The Phantom's cape billowed dramatically in the wind as Catherine clung to him. Her blonde hair whipped behind her. Akira stifled a groan and backspaced as the train sped towards the station. Way too melodramatic. He'd struck gold with a book contract when the ink was barely dry on his degree—Ann and Yuuki's doing—but the American publisher insisted that young adult fantasies didn't sell without a love interest, no matter how cool the hero was supposed to be. It was giving him a headache. Make a sociopath feel remorse? Defeat a power-hungry god? No problem. Write a romance? That was apparently beyond even Joker.
His smartphone vibrated, and Akira glanced at the screen. Ryuji. He took the call. "How's the track team?"
"Better than ever!" Ryuji's voice was so loud that Akira had to hold the phone away from his ear. "The guys are so enthusiastic. No injuries worse than a sprained ankle. Nothing like the old days." He quieted slightly. "I think I like coaching."
"You're great at it." Most of them had transitioned from the days of the Phantom Thieves to normal life about as well as could be expected but Ryuji had blossomed, even if he would tell Akira to leave the flower metaphors to Yusuke. "Ann doing okay?"
"Yeah. She's got some kind of marketing thing in Kyoto but she'll be back on Friday. Speaking of which…" His voice turned sly and Akira winced. Ryuji using that tone was never a good thing. "Can I talk you into joining us for tofu on Sunday? You've been back in the city for forever but we really haven't had a chance to hang out. And…"
"And?" Akira braced himself for the inevitable.
"And Ann told me to tell you they hired a bunch of fresh level designers for the new Sonic game. And that she was hoping you'd come over and meet one of them. She just moved here from the States, so she doesn't know anybody." His voice dropped further, to a conspiratorial whisper. "She's really cute."

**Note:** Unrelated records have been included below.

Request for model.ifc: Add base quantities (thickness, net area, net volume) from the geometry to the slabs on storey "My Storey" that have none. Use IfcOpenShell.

First a look at what the model holds.

```python
import ifcopenshell
import ifcopenshell.util.element
import ifcopenshell.util.unit

model = ifcopenshell.open("model.ifc")
print(model.schema)
for unit_type in ("LENGTHUNIT", "AREAUNIT", "VOLUMEUNIT"):
    print(unit_type, ifcopenshell.util.unit.calculate_unit_scale(model, unit_type))
storey = next(s for s in model.by_type("IfcBuildingStorey") if s.Name == "My Storey")
slabs = [e for e in ifcopenshell.util.element.get_decomposition(storey) if e.is_a("IfcSlab")]
for e in sorted(slabs, key=lambda e: e.id()):
    print(e.id(), e.is_a(), e.Name, list(ifcopenshell.util.element.get_psets(e, qtos_only=True)), sep=" | ")
```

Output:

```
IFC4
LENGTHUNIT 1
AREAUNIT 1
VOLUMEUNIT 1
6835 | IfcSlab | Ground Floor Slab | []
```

```python
import ifcopenshell
import ifcopenshell.api.pset
import ifcopenshell.geom
import ifcopenshell.util.element
import ifcopenshell.util.shape
import ifcopenshell.util.unit

model = ifcopenshell.open("model.ifc")
unit_scale = ifcopenshell.util.unit.calculate_unit_scale(model)
area_scale = ifcopenshell.util.unit.calculate_unit_scale(model, "AREAUNIT")
volume_scale = ifcopenshell.util.unit.calculate_unit_scale(model, "VOLUMEUNIT")
settings = ifcopenshell.geom.settings()

storey = next(s for s in model.by_type("IfcBuildingStorey") if s.Name == "My Storey")
slabs = [e for e in ifcopenshell.util.element.get_decomposition(storey) if e.is_a("IfcSlab")]

for e in sorted(slabs, key=lambda e: e.id()):
    if ifcopenshell.util.element.get_psets(e, qtos_only=True, should_inherit=False):
        continue
    # Geometry comes back in metres, in the element's own axes.
    shape = ifcopenshell.geom.create_shape(settings, e)
    values = {
        "Width": ifcopenshell.util.shape.get_z(shape.geometry) / unit_scale,
        "NetArea": ifcopenshell.util.shape.get_footprint_area(shape.geometry) / area_scale,
        "NetVolume": ifcopenshell.util.shape.get_volume(shape.geometry) / volume_scale,
    }
    qto = ifcopenshell.api.pset.add_qto(model, product=e, name="Qto_SlabBaseQuantities")
    ifcopenshell.api.pset.edit_qto(model, qto=qto, properties=values)
    print(e.id(), {k: round(v, 3) for k, v in values.items()})

model.write("model-out.ifc")
```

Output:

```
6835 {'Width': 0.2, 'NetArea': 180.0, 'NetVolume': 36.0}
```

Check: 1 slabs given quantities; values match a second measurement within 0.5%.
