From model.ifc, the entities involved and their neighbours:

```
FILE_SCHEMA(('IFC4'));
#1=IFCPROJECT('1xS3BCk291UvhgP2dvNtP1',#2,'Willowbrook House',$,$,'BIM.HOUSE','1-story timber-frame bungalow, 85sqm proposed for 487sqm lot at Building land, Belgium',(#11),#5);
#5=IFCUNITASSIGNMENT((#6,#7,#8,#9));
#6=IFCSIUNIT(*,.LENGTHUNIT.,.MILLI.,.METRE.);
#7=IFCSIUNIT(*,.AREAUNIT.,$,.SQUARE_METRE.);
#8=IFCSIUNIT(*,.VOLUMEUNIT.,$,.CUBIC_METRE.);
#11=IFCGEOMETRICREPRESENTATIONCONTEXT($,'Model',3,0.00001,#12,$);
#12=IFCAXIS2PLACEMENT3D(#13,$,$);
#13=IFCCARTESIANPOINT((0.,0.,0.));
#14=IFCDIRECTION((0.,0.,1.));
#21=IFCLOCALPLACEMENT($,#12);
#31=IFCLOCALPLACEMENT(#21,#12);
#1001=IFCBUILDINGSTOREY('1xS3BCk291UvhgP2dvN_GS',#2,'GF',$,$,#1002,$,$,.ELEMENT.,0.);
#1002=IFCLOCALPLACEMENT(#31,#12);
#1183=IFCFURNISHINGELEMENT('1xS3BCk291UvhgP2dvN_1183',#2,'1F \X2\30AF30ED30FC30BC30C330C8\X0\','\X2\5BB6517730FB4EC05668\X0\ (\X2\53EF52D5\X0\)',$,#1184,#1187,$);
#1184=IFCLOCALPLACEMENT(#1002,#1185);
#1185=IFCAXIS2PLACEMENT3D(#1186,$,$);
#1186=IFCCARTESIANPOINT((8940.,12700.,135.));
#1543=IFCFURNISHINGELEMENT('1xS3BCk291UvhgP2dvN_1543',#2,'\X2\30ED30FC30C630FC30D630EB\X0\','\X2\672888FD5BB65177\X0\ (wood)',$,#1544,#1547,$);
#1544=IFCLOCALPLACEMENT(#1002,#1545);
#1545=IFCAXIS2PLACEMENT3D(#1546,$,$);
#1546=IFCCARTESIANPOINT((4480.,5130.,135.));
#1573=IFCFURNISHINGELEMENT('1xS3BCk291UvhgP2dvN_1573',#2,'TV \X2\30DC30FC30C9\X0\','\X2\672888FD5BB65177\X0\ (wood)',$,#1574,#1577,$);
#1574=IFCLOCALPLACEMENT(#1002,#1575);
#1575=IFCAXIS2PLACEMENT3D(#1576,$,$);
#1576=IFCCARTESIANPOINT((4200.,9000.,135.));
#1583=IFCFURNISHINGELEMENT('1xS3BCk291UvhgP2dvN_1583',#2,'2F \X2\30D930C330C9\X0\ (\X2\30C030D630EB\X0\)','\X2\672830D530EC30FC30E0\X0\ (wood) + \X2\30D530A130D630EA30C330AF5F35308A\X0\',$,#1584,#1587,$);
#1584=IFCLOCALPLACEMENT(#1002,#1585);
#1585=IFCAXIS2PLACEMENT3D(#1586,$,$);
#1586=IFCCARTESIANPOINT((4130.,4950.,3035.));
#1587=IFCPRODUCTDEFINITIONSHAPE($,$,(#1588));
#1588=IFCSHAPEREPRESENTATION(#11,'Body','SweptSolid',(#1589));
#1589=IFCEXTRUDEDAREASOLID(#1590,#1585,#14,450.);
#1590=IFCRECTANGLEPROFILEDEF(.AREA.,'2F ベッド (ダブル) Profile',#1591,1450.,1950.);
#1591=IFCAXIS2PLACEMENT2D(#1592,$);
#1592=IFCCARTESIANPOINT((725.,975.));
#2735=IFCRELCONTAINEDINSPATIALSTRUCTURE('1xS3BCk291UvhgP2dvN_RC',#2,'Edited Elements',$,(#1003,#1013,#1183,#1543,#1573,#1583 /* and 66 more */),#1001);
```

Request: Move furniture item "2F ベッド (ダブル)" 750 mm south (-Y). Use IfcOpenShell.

```python
import ifcopenshell
import ifcopenshell.api.geometry
import ifcopenshell.util.placement
import ifcopenshell.util.unit

model = ifcopenshell.open("model.ifc")
unit_scale = ifcopenshell.util.unit.calculate_unit_scale(model)

item = model.by_guid("1xS3BCk291UvhgP2dvN_1583")
matrix = ifcopenshell.util.placement.get_local_placement(item.ObjectPlacement)
matrix[1, 3] -= 0.75 / unit_scale
ifcopenshell.api.geometry.edit_object_placement(model, product=item, matrix=matrix, is_si=False)

print(ifcopenshell.util.placement.get_local_placement(item.ObjectPlacement).round(3) + 0.0)

model.write("model_rev.ifc")
```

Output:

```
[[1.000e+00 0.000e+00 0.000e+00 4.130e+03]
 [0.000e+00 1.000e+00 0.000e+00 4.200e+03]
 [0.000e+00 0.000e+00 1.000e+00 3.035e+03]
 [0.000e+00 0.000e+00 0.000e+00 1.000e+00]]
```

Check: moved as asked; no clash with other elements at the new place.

Akira raked his free hand through his hair. He loved his friends. He was happy Ryuji and Ann were together, really. But he would rather face down Caroline, Justine, and Yaldaboath all at once than endure another blind date. "I'll pass."
"Come on, a guy like you can't stay single forever. Have you been on a date at all lately? You can't mope over Hifumi forever."
"I'm not moping. It just didn't work out. And it's not like they give you a lot of free time at university. I was spending every free second analyzing haikus. And then I got this contract and, well, I'll start dating again when I've actually got space to breathe." That was the truth, mostly. He had liked Hifumi, maybe even loved her. But a couple of months in juvenile hall, regular long-distance, and the insanity that was surviving at university would put a strain on even the best relationships. They'd amicably decided to see other people. She even sent him clippings about her shogi career. If his chest clenched every time he saw Ann and Ryuji sneaking off to make out or pretending that they totally weren't scoping out possible wedding locations, well there were worse fates.
"You have got to get a girlfriend."
"When I'm ready." He powered down his laptop. "This is my stop. Tell Ann that I'll be happy to come over as long as there's no matchmaking." He hung up.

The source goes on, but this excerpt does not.